ラジオのできは凄くいいです。まず感度が良く、今まで地元FMで実用的だったのは2局でしたが、4局になりました。音質もとても良いと思います。また、プリセットされている放送局名が表示されるのも便利です。たまに間違えて表示されることもありますが、その場合は表示させないようにもできます。ラジオ感度を示すインジケータもなにげに便利。こういうところは気配りが良いです。

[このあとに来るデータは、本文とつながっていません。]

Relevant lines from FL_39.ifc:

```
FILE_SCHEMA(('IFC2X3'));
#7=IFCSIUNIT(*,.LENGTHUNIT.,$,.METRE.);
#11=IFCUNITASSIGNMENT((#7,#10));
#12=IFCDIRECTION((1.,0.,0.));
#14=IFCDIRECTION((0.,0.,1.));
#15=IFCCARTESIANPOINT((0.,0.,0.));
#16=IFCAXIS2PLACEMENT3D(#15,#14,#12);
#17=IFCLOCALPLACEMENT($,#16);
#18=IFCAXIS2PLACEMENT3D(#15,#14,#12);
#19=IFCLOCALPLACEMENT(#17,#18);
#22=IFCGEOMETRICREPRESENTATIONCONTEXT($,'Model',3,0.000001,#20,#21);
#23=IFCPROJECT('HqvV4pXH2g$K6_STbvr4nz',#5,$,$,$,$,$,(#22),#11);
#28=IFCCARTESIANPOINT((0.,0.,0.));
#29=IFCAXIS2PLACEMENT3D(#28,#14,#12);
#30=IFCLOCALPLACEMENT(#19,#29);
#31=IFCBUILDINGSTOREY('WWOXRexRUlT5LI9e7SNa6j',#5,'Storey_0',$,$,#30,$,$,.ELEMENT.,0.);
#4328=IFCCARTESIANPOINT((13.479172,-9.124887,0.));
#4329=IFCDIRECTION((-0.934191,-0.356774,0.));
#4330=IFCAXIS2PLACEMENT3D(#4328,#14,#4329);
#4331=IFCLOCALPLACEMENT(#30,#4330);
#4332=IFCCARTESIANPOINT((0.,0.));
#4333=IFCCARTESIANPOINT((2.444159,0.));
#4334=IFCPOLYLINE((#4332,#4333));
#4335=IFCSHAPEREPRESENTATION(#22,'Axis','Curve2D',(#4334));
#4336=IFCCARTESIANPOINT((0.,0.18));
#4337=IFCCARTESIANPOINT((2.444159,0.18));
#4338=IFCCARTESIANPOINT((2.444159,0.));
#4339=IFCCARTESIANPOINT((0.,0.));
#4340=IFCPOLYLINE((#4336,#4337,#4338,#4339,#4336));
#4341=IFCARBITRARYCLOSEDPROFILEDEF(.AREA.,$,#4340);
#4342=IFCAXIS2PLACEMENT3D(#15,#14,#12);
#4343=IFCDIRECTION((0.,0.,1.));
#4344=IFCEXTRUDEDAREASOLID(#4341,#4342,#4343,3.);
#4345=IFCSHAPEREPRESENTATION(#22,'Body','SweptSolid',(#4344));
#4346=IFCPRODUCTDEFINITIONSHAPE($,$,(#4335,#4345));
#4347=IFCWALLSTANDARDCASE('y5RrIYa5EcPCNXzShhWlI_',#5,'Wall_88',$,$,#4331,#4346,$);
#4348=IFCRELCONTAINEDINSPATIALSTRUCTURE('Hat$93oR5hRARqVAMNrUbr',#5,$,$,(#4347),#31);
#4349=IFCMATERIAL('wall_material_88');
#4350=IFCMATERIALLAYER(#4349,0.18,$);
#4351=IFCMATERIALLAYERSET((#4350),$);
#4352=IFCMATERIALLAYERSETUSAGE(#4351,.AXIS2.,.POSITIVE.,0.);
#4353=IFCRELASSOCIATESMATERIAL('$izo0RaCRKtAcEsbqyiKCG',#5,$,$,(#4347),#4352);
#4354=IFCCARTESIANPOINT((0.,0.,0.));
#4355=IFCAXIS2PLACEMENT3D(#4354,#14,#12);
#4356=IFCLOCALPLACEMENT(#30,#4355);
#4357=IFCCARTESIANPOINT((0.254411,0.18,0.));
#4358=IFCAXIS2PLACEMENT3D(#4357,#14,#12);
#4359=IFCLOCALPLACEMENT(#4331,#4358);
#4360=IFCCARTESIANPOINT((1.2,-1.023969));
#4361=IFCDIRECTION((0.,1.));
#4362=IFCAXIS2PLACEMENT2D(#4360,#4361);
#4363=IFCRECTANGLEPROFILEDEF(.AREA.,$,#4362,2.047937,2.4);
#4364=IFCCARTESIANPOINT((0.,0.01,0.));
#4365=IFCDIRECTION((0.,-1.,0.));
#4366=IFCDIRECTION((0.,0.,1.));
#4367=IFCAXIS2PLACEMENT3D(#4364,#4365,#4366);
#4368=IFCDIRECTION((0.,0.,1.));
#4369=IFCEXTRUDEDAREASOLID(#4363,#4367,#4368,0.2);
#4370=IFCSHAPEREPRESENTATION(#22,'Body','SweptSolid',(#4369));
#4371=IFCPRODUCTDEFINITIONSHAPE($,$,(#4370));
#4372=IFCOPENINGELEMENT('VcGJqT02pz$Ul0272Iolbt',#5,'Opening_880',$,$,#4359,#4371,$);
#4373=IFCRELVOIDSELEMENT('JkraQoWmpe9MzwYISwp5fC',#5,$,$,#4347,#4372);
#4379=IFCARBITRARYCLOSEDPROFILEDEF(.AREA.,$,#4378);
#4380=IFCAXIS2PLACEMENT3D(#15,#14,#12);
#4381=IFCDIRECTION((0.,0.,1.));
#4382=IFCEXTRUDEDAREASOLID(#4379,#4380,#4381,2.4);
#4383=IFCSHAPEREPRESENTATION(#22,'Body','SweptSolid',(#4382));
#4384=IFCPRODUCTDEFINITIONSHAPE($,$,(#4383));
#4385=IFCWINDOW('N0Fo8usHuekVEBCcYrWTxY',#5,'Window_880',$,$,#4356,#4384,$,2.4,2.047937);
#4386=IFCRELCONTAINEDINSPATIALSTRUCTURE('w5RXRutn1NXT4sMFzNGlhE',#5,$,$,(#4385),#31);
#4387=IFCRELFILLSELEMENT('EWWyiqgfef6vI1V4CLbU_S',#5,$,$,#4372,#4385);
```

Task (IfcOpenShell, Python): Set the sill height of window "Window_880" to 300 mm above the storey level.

```python
import numpy as np
import ifcopenshell
import ifcopenshell.api.geometry
import ifcopenshell.geom
import ifcopenshell.util.element
import ifcopenshell.util.placement
import ifcopenshell.util.shape
import ifcopenshell.util.unit

model = ifcopenshell.open("FL_39.ifc")
unit_scale = ifcopenshell.util.unit.calculate_unit_scale(model)

window = model.by_id(4385)
opening = window.FillsVoids[0].RelatingOpeningElement
storey = ifcopenshell.util.element.get_container(window, ifc_class="IfcBuildingStorey")
level = ifcopenshell.util.placement.get_local_placement(storey.ObjectPlacement)[2, 3]

# The opening's origin need not be at the sill, so measure its lowest point.
shape = ifcopenshell.geom.create_shape(ifcopenshell.geom.settings(), opening)
bottom = ifcopenshell.util.shape.get_shape_bottom_elevation(shape, shape.geometry) / unit_scale
dz = level + 0.3 - bottom

shift = np.array([0.0, 0.0, dz])
# The window is not placed relative to its opening, so move both.
for product in (opening, window):
    matrix = ifcopenshell.util.placement.get_local_placement(product.ObjectPlacement)
    matrix[:3, 3] += shift
    ifcopenshell.api.geometry.edit_object_placement(model, product=product, matrix=matrix, is_si=False)

print(f"moved by {dz * unit_scale:+.3f} m")

model.write("FL_39-out.ifc")
```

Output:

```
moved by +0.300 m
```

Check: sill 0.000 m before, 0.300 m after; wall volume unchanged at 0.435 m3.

ディスプレイに関しては、有機ELで視野角が広く、3行表示ができて、オートスクロールも適切で良いと思います。日本語表示も可能で、この機種の売りの一つです。しかし、欲を言えば、ディスプレイをもっと大きくして、情報量を増やしていただけるとありがたいです。小さいフォントはさすがに視認性が悪いですし、使いませんけど、時計とか表示できても、まじで見えません。
■拡張性・・・・・★★★★
あまり不満はないのですが、プリアウトが2chしかなく、なぜかサブウーファーORリヤスピーカー用という設定は疑問。せめてフロントスピーカー用にしてください。輸出モデル(DEH-P7200HD)は、しっかり6chアウトになっているようです。やろうと思えばすぐにできるはずですが、やはりコストでしょうね。

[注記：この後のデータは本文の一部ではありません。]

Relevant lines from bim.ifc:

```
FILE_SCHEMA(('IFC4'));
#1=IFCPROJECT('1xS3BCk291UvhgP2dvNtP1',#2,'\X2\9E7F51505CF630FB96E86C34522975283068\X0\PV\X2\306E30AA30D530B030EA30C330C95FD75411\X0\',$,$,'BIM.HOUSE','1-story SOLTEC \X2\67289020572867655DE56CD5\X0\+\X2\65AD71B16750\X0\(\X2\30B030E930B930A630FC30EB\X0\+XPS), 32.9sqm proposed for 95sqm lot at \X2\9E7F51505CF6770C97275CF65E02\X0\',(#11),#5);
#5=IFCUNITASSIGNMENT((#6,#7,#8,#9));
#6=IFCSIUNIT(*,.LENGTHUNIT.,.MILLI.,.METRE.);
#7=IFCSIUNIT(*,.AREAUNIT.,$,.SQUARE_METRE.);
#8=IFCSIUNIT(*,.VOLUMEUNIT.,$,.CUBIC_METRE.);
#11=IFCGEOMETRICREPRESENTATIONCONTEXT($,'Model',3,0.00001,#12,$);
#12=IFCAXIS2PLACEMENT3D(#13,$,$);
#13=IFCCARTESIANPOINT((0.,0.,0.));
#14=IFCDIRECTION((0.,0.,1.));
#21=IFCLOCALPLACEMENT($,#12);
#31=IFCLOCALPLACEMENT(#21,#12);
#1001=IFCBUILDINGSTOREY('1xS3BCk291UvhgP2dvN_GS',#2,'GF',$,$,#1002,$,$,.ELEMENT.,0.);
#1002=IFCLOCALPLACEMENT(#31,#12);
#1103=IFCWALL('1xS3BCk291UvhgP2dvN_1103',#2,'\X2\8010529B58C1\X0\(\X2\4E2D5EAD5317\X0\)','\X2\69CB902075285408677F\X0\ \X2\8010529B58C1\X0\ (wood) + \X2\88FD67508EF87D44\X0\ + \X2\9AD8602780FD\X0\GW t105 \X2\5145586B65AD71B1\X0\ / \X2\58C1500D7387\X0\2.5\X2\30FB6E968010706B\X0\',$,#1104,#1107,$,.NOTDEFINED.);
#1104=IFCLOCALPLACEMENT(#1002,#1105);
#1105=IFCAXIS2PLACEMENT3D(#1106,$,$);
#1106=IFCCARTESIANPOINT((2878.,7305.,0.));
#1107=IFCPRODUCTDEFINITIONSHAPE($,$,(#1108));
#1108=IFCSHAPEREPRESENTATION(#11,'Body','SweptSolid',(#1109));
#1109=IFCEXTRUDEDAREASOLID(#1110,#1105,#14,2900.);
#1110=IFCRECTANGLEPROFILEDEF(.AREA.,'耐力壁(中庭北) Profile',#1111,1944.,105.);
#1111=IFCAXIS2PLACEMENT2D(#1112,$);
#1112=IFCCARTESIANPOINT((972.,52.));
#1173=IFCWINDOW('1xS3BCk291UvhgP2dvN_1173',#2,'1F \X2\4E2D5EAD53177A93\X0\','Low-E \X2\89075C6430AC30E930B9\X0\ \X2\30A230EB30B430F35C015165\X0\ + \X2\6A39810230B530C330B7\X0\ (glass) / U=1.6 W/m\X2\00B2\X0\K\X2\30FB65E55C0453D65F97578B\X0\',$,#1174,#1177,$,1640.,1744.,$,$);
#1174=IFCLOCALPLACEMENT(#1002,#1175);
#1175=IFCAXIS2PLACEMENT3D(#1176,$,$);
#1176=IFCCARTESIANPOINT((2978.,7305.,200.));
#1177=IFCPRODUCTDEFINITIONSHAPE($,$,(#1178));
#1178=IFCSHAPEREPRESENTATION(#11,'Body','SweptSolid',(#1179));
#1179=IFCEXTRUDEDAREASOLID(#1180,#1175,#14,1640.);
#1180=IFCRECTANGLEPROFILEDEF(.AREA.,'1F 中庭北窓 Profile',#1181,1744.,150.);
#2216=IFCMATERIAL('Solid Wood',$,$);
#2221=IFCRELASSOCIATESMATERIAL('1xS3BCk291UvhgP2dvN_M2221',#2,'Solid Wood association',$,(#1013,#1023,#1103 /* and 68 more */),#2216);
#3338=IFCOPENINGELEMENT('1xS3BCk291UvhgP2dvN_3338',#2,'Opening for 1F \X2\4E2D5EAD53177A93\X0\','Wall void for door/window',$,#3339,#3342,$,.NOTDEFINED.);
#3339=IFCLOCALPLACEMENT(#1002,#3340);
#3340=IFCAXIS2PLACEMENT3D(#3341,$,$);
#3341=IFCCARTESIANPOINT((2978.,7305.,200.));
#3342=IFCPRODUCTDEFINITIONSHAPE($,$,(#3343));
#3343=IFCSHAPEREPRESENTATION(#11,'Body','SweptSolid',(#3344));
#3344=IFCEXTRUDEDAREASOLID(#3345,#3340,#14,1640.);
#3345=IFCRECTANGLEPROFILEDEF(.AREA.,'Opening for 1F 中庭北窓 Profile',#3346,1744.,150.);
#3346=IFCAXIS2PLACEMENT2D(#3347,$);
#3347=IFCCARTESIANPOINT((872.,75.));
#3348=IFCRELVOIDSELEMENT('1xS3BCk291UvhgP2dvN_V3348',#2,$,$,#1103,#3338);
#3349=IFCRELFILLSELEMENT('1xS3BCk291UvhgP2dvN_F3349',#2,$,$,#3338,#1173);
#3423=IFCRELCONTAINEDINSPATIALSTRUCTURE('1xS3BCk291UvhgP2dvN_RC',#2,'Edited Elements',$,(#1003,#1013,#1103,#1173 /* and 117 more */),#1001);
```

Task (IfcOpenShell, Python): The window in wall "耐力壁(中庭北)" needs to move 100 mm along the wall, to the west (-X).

```python
import ifcopenshell
import ifcopenshell.api.geometry
import ifcopenshell.util.placement

model = ifcopenshell.open("bim.ifc")

window = model.by_guid("1xS3BCk291UvhgP2dvN_1173")
opening = window.FillsVoids[0].RelatingOpeningElement
wall = opening.VoidsElements[0].RelatingBuildingElement

wall_matrix = ifcopenshell.util.placement.get_local_placement(wall.ObjectPlacement)
shift = wall_matrix[:3, 0] * -100.0
before = ifcopenshell.util.placement.get_local_placement(window.ObjectPlacement)[:3, 3].copy()

# The window is not placed relative to its opening, so move both.
for product in (opening, window):
    matrix = ifcopenshell.util.placement.get_local_placement(product.ObjectPlacement)
    matrix[:3, 3] += shift
    ifcopenshell.api.geometry.edit_object_placement(model, product=product, matrix=matrix, is_si=False)

after = ifcopenshell.util.placement.get_local_placement(window.ObjectPlacement)[:3, 3]
print("window moved by", (after - before).round(3) + 0.0)

model.write("bim_v2.ifc")
```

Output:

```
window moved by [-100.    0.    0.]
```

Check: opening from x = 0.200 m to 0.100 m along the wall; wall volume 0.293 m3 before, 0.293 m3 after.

あと、フロントUSBは便利な反面、邪魔と思うときもあるので、リヤからも延長ケーブルで繋げられるようにしていただくと非常に便利だと思うのは私だけ?
■総合評価・・・・・★★★★★
いろいろ書きましたが、この値段でこの機能であれば、文句なく一番でしょう。他に選択肢がないのが寂しいですが、一人勝ち状態は当然です。上位機種は確かにモノは良いかもしれませんが、価格差ほどの性能差があるかは疑問です。また、設計が古いので新しいフォーマット対応やiPod対応に不安が残ります。これは、iOS4化したiPod touchでも何の問題も無く快適に動いています。
最近はNAVIにも同様の機能が内蔵されていますが、決して廃れることなく、オーディオ専用機の主力機種として末永く進化していって欲しいものです。